▸ What is being asked
Output only how many lines below contain "IFCPRODUCTDEFINITIONSHAPE".
(Beginning of Given records)
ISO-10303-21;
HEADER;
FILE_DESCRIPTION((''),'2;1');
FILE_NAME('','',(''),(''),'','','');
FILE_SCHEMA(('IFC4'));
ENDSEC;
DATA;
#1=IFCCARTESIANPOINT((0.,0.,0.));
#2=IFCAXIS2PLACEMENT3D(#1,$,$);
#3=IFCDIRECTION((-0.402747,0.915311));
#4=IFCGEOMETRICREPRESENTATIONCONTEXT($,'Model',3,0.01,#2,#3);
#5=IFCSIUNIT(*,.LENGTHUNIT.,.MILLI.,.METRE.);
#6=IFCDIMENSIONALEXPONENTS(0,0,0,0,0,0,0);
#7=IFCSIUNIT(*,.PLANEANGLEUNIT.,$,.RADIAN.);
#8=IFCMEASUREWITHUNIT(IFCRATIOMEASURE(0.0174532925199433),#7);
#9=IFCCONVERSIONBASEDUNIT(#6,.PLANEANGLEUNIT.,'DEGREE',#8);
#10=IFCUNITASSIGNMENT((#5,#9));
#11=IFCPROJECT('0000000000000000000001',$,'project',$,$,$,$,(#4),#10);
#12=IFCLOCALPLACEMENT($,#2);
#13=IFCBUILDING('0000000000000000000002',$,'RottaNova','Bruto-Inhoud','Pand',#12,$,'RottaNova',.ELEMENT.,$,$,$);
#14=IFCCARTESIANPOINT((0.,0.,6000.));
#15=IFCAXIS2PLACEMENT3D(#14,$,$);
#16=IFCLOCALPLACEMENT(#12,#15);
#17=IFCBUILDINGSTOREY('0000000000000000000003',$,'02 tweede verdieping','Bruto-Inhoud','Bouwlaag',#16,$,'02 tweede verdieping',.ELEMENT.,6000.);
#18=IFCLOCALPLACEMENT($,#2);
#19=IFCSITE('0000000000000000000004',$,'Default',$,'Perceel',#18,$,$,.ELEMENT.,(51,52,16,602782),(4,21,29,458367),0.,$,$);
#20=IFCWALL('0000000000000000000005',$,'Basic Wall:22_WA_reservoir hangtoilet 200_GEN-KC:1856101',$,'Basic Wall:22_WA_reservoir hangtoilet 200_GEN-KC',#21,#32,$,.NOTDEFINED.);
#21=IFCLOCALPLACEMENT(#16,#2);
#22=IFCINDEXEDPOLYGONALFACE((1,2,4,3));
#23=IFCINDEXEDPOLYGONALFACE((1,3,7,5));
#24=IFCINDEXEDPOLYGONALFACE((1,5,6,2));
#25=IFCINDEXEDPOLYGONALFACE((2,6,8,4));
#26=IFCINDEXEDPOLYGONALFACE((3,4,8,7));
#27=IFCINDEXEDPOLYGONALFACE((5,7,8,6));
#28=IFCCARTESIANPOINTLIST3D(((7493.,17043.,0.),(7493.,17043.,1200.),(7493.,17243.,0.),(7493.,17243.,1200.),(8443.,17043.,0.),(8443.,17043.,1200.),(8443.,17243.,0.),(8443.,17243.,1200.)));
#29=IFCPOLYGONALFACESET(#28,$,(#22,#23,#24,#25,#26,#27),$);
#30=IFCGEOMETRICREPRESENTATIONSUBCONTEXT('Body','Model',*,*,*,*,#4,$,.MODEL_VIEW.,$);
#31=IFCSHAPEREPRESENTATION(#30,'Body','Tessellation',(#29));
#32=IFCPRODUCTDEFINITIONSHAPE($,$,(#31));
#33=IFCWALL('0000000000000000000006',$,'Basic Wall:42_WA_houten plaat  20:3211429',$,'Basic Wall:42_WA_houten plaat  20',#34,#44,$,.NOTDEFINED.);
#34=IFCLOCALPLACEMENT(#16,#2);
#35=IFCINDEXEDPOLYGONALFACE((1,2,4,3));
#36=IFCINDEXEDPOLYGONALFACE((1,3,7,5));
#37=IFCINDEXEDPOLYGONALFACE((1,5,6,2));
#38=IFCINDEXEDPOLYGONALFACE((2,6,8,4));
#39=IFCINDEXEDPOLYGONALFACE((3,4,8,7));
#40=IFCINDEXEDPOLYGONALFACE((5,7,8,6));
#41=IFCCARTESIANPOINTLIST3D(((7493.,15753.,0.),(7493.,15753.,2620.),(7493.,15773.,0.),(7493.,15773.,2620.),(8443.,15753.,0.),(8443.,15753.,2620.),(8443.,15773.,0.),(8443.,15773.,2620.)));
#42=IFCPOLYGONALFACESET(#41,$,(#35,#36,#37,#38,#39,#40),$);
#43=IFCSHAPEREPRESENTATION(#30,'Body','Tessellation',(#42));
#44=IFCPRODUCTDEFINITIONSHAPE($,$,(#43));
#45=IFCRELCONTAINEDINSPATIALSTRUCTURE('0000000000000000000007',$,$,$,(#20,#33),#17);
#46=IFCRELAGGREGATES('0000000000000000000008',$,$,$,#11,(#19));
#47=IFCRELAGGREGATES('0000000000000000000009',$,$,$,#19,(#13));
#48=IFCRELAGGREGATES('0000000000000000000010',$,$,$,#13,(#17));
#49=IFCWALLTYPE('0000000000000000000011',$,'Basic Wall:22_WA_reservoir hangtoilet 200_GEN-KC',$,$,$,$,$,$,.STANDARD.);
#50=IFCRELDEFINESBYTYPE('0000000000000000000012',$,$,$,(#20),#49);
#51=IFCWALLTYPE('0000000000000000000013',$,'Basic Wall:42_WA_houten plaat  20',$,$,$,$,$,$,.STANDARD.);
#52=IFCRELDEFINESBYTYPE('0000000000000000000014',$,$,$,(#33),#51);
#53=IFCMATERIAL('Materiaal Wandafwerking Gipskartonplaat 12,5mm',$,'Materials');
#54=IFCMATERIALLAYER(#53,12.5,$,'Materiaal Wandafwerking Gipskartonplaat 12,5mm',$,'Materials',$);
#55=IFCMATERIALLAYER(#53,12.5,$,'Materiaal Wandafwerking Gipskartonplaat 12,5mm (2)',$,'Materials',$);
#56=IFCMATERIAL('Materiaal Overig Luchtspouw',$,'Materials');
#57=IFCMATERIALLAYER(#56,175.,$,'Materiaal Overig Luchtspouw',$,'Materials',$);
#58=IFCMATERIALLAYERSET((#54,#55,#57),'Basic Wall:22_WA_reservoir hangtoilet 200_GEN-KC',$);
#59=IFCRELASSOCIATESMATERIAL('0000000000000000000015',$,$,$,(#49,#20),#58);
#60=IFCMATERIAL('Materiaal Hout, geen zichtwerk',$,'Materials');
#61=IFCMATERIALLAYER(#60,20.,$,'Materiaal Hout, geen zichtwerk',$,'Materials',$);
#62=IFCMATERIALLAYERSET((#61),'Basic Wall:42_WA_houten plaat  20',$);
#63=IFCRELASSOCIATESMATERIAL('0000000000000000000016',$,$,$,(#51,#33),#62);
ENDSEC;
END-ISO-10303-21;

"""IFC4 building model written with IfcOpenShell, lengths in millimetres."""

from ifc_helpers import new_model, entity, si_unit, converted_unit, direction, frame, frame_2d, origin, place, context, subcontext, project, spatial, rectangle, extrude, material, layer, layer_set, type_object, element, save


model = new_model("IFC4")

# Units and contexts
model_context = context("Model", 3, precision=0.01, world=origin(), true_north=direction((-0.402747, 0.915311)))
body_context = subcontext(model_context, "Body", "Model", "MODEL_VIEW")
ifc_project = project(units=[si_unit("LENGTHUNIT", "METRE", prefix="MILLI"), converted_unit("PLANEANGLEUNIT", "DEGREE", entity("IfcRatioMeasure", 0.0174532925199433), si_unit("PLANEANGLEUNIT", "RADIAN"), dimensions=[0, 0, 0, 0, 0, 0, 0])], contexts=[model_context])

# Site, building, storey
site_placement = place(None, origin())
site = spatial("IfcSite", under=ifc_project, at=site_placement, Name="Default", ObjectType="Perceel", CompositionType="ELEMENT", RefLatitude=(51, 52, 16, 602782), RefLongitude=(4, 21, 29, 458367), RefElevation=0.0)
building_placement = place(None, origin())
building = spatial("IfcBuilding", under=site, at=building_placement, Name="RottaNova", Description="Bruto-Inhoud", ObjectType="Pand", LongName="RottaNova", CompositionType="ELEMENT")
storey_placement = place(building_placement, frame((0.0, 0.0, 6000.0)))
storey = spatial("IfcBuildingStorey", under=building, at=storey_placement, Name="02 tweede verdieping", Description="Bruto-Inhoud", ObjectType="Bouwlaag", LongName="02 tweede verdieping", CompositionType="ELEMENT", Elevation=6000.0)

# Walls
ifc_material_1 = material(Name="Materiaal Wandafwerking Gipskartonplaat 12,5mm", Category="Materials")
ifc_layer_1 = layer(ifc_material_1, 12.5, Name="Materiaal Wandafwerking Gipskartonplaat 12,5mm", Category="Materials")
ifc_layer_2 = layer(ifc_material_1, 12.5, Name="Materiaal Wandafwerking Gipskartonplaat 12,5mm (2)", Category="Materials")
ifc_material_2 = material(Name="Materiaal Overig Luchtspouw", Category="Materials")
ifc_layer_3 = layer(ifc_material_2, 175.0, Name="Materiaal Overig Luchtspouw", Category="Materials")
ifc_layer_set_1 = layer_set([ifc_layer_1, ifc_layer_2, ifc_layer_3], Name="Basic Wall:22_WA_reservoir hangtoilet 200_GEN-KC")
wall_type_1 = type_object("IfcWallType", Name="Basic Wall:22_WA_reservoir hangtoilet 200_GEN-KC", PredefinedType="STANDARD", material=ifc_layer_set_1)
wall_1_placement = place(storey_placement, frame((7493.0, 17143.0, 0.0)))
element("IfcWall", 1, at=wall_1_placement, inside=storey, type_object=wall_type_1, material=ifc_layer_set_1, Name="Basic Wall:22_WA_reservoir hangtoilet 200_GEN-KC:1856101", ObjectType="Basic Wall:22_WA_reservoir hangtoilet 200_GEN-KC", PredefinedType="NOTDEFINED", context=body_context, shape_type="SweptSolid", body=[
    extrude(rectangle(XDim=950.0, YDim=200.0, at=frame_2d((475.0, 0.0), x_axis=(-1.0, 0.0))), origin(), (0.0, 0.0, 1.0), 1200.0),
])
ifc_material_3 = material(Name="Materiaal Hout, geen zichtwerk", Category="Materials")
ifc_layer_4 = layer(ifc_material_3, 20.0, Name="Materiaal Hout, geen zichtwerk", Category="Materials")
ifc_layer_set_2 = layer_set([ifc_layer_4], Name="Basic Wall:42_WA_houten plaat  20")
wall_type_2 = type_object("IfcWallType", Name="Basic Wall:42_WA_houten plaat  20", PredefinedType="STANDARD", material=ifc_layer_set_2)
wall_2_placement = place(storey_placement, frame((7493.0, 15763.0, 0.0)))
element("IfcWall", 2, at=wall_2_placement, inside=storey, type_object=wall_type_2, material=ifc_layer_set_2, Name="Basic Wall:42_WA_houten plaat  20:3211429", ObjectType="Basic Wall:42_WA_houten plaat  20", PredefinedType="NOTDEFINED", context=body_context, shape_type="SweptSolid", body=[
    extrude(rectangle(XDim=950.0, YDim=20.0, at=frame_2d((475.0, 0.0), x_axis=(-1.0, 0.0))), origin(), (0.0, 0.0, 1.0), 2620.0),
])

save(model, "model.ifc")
(End of Given records)
▸ Task solution
2